[Records from a collection]
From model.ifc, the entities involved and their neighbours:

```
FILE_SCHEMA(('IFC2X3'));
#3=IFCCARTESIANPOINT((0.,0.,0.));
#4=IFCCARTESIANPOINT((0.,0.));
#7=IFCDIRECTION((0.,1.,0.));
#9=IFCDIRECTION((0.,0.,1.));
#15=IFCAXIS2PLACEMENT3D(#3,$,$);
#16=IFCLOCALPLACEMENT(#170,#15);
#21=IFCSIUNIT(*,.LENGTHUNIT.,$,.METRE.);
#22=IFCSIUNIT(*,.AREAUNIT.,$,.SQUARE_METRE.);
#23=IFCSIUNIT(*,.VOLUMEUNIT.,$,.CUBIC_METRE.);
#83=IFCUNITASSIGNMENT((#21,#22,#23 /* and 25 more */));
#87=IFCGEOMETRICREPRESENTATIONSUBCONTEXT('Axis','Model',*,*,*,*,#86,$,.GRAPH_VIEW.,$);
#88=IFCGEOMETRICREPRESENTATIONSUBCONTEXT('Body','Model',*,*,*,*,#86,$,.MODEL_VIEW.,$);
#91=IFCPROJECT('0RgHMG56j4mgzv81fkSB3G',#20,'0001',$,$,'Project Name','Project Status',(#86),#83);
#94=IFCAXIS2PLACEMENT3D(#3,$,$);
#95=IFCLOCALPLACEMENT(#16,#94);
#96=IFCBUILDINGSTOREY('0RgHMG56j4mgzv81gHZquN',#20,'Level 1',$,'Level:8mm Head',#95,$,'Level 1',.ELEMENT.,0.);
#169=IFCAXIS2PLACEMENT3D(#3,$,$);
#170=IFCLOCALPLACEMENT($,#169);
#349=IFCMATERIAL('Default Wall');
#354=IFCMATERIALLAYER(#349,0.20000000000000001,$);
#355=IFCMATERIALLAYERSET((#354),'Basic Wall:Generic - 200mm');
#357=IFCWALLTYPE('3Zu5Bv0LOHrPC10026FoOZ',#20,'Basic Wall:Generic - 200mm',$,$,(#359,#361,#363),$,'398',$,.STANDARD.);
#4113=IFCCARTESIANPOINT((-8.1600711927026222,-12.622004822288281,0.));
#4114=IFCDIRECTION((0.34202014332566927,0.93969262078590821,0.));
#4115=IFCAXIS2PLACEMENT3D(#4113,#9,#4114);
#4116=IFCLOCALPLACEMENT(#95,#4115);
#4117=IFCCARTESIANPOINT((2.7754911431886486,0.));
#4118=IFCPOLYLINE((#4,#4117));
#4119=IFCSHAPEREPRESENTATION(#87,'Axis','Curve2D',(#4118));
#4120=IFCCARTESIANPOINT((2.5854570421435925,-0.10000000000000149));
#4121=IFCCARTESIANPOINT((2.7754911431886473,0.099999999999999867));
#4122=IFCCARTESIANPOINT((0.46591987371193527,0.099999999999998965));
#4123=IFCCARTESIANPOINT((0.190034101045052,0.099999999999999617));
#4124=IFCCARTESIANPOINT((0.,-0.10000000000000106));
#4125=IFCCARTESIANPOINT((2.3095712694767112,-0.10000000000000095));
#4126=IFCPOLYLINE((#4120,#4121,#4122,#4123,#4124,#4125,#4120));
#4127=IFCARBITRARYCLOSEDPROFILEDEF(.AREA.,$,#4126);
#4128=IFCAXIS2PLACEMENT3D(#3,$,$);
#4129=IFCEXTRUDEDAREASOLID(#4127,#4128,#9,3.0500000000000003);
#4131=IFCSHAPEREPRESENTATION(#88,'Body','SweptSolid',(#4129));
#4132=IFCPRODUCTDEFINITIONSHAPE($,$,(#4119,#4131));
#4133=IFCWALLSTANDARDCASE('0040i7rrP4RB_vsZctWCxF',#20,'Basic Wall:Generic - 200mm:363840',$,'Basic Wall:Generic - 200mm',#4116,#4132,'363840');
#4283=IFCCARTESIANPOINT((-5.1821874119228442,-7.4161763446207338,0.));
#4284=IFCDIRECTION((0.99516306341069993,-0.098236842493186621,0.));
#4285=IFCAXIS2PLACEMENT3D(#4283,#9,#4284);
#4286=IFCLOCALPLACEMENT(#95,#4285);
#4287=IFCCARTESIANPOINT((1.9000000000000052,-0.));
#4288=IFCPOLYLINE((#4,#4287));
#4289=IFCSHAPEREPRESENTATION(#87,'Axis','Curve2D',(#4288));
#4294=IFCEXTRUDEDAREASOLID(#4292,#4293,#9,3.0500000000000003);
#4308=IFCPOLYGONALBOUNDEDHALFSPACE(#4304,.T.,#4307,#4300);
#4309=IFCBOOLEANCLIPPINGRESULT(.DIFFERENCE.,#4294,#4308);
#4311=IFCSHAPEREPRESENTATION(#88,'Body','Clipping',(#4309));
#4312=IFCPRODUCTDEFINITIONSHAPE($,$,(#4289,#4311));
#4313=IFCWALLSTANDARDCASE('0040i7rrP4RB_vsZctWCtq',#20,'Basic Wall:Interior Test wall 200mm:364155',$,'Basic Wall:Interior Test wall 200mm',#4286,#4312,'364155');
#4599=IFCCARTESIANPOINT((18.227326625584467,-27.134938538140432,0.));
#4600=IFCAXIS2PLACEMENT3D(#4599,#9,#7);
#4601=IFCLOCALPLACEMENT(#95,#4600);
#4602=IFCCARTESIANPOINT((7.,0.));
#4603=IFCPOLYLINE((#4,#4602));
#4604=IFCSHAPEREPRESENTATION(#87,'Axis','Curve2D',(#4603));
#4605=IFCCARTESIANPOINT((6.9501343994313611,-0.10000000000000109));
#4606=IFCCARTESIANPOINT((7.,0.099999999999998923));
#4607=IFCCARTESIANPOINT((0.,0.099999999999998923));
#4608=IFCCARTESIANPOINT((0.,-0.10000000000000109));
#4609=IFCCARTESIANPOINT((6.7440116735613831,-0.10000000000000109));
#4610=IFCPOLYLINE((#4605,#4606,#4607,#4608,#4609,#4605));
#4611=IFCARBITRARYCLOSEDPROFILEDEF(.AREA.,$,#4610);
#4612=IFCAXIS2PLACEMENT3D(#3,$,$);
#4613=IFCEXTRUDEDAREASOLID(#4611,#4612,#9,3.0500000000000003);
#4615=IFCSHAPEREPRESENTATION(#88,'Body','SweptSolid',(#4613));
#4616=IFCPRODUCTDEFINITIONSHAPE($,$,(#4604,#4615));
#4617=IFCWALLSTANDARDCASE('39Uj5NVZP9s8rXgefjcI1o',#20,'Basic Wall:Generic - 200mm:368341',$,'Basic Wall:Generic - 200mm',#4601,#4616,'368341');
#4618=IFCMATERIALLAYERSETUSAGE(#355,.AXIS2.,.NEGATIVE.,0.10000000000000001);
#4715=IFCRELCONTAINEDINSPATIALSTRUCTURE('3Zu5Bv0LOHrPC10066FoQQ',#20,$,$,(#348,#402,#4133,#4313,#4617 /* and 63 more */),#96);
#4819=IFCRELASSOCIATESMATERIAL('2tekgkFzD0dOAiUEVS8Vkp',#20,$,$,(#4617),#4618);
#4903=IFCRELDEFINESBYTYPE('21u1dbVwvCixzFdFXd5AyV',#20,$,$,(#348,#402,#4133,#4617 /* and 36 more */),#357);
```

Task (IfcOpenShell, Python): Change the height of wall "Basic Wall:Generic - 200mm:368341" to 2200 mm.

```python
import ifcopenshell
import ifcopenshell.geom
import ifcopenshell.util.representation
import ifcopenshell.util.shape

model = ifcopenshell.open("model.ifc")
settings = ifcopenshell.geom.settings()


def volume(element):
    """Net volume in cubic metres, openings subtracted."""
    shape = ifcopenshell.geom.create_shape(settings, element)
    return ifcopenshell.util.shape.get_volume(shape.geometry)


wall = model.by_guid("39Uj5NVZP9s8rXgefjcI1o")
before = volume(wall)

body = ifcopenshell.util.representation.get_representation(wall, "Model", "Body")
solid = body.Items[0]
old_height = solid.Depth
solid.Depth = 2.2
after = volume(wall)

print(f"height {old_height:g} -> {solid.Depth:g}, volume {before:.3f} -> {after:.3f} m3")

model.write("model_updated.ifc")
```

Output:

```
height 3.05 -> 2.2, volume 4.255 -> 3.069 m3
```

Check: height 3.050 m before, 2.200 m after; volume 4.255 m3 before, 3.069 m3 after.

> **YOUR TASK**
Which lines above include the string "IFCSIUNIT"? Show them.

> **RESPONSE**
#21=IFCSIUNIT(*,.LENGTHUNIT.,$,.METRE.);
#22=IFCSIUNIT(*,.AREAUNIT.,$,.SQUARE_METRE.);
#23=IFCSIUNIT(*,.VOLUMEUNIT.,$,.CUBIC_METRE.);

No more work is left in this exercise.